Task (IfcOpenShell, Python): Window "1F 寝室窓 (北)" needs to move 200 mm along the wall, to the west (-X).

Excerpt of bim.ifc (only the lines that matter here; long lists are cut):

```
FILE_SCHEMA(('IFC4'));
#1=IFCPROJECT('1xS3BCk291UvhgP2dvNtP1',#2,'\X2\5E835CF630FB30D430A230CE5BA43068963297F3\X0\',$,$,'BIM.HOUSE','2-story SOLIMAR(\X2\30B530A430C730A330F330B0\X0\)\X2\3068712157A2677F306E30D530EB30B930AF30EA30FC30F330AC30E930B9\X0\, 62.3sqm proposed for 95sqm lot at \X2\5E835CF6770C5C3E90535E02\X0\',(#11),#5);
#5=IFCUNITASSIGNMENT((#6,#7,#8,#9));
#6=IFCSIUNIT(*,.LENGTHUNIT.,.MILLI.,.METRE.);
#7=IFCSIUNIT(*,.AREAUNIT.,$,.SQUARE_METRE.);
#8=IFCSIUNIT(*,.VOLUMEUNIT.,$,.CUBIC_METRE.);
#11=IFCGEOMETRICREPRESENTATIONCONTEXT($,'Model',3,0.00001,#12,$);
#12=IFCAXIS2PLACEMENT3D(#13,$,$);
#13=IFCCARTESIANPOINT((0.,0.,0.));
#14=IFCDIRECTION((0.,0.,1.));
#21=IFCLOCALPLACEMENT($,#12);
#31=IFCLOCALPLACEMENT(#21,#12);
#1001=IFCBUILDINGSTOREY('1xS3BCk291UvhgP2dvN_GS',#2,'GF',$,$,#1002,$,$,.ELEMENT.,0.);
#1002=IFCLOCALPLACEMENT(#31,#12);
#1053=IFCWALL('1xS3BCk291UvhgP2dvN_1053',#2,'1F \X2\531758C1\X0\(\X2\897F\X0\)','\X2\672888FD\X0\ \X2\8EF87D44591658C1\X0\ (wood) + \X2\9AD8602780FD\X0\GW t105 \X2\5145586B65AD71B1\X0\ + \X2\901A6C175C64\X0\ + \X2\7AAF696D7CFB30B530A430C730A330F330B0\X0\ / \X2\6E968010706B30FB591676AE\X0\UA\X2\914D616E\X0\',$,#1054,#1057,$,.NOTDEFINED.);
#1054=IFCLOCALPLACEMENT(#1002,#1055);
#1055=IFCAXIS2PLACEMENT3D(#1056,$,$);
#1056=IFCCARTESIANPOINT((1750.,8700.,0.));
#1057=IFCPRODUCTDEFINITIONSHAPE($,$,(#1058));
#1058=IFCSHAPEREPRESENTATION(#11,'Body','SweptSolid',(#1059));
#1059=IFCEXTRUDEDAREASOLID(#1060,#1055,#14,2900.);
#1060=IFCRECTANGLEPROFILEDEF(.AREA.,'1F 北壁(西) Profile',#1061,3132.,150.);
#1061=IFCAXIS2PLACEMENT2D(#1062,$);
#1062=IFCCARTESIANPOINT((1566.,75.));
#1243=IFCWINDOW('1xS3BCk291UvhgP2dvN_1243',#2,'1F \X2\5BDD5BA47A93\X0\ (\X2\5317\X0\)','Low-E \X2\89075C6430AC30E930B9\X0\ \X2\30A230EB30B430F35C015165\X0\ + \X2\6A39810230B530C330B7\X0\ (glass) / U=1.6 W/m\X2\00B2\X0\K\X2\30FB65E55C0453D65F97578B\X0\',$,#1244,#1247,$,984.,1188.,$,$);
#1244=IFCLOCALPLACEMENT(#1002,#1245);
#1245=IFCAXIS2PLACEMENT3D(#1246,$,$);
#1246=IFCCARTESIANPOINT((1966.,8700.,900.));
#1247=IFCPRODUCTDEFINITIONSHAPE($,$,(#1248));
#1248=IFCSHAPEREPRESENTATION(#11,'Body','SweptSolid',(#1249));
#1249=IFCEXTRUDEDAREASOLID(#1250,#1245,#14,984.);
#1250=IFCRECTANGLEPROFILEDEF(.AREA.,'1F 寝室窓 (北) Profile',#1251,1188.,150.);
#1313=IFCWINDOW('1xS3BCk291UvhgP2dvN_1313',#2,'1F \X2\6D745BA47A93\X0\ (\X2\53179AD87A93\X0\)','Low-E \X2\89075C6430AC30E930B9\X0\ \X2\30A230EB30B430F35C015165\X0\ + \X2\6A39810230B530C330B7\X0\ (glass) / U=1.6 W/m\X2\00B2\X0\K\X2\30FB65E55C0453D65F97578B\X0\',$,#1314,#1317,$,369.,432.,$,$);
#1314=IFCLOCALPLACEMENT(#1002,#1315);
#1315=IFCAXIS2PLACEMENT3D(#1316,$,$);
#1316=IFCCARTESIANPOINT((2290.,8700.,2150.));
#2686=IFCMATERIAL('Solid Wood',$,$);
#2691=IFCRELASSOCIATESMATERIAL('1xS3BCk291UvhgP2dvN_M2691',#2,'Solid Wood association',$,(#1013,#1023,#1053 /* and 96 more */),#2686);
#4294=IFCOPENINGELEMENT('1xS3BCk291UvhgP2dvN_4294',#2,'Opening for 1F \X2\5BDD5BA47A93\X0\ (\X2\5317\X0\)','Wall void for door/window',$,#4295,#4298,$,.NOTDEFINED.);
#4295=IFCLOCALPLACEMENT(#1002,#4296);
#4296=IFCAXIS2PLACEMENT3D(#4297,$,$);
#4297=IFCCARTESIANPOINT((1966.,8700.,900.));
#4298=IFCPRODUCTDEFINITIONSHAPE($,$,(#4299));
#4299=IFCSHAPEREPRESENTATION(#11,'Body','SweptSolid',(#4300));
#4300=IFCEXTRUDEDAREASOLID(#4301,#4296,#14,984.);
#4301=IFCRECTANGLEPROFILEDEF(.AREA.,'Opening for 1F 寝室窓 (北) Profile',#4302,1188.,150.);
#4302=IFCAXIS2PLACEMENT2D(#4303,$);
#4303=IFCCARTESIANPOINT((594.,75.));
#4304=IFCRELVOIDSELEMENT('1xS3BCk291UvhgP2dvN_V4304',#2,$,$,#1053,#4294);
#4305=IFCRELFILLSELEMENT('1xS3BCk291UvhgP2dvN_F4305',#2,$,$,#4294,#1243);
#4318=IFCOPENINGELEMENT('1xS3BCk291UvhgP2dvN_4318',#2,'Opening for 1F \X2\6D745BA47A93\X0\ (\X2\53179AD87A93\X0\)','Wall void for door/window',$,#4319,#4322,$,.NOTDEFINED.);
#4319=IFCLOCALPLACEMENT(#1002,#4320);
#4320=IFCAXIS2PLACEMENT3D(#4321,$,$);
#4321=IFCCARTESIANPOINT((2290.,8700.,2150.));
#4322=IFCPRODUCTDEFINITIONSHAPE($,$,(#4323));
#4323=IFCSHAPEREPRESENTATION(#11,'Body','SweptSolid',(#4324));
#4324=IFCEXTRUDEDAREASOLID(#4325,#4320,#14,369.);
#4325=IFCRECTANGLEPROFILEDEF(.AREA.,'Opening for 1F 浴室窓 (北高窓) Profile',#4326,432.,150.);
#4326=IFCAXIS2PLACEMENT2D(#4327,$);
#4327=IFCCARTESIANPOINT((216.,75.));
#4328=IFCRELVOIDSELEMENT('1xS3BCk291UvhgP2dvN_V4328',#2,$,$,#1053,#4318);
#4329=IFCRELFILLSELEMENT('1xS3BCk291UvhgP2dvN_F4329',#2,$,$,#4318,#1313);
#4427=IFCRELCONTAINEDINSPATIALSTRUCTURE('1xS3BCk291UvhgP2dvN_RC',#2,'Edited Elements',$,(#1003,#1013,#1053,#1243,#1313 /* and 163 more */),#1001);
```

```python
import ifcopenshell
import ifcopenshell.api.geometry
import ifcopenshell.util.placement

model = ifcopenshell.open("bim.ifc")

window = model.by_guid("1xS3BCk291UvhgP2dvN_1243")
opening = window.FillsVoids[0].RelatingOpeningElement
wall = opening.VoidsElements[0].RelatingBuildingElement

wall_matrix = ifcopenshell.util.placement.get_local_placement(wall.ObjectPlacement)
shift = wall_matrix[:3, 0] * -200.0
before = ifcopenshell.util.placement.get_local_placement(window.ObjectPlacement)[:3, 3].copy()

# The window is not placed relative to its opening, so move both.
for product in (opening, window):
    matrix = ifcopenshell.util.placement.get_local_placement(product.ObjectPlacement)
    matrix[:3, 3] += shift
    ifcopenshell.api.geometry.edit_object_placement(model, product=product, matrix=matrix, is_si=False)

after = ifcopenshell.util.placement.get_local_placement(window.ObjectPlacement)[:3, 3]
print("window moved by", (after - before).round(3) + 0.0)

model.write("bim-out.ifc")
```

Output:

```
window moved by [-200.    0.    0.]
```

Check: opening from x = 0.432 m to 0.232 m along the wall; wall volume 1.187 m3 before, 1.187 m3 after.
***
TASK TO CARRY OUT
Search the entries for "IFCSIUNIT" and copy each matching line.

SOLUTION BELOW
#6=IFCSIUNIT(*,.LENGTHUNIT.,.MILLI.,.METRE.);
#7=IFCSIUNIT(*,.AREAUNIT.,$,.SQUARE_METRE.);
#8=IFCSIUNIT(*,.VOLUMEUNIT.,$,.CUBIC_METRE.);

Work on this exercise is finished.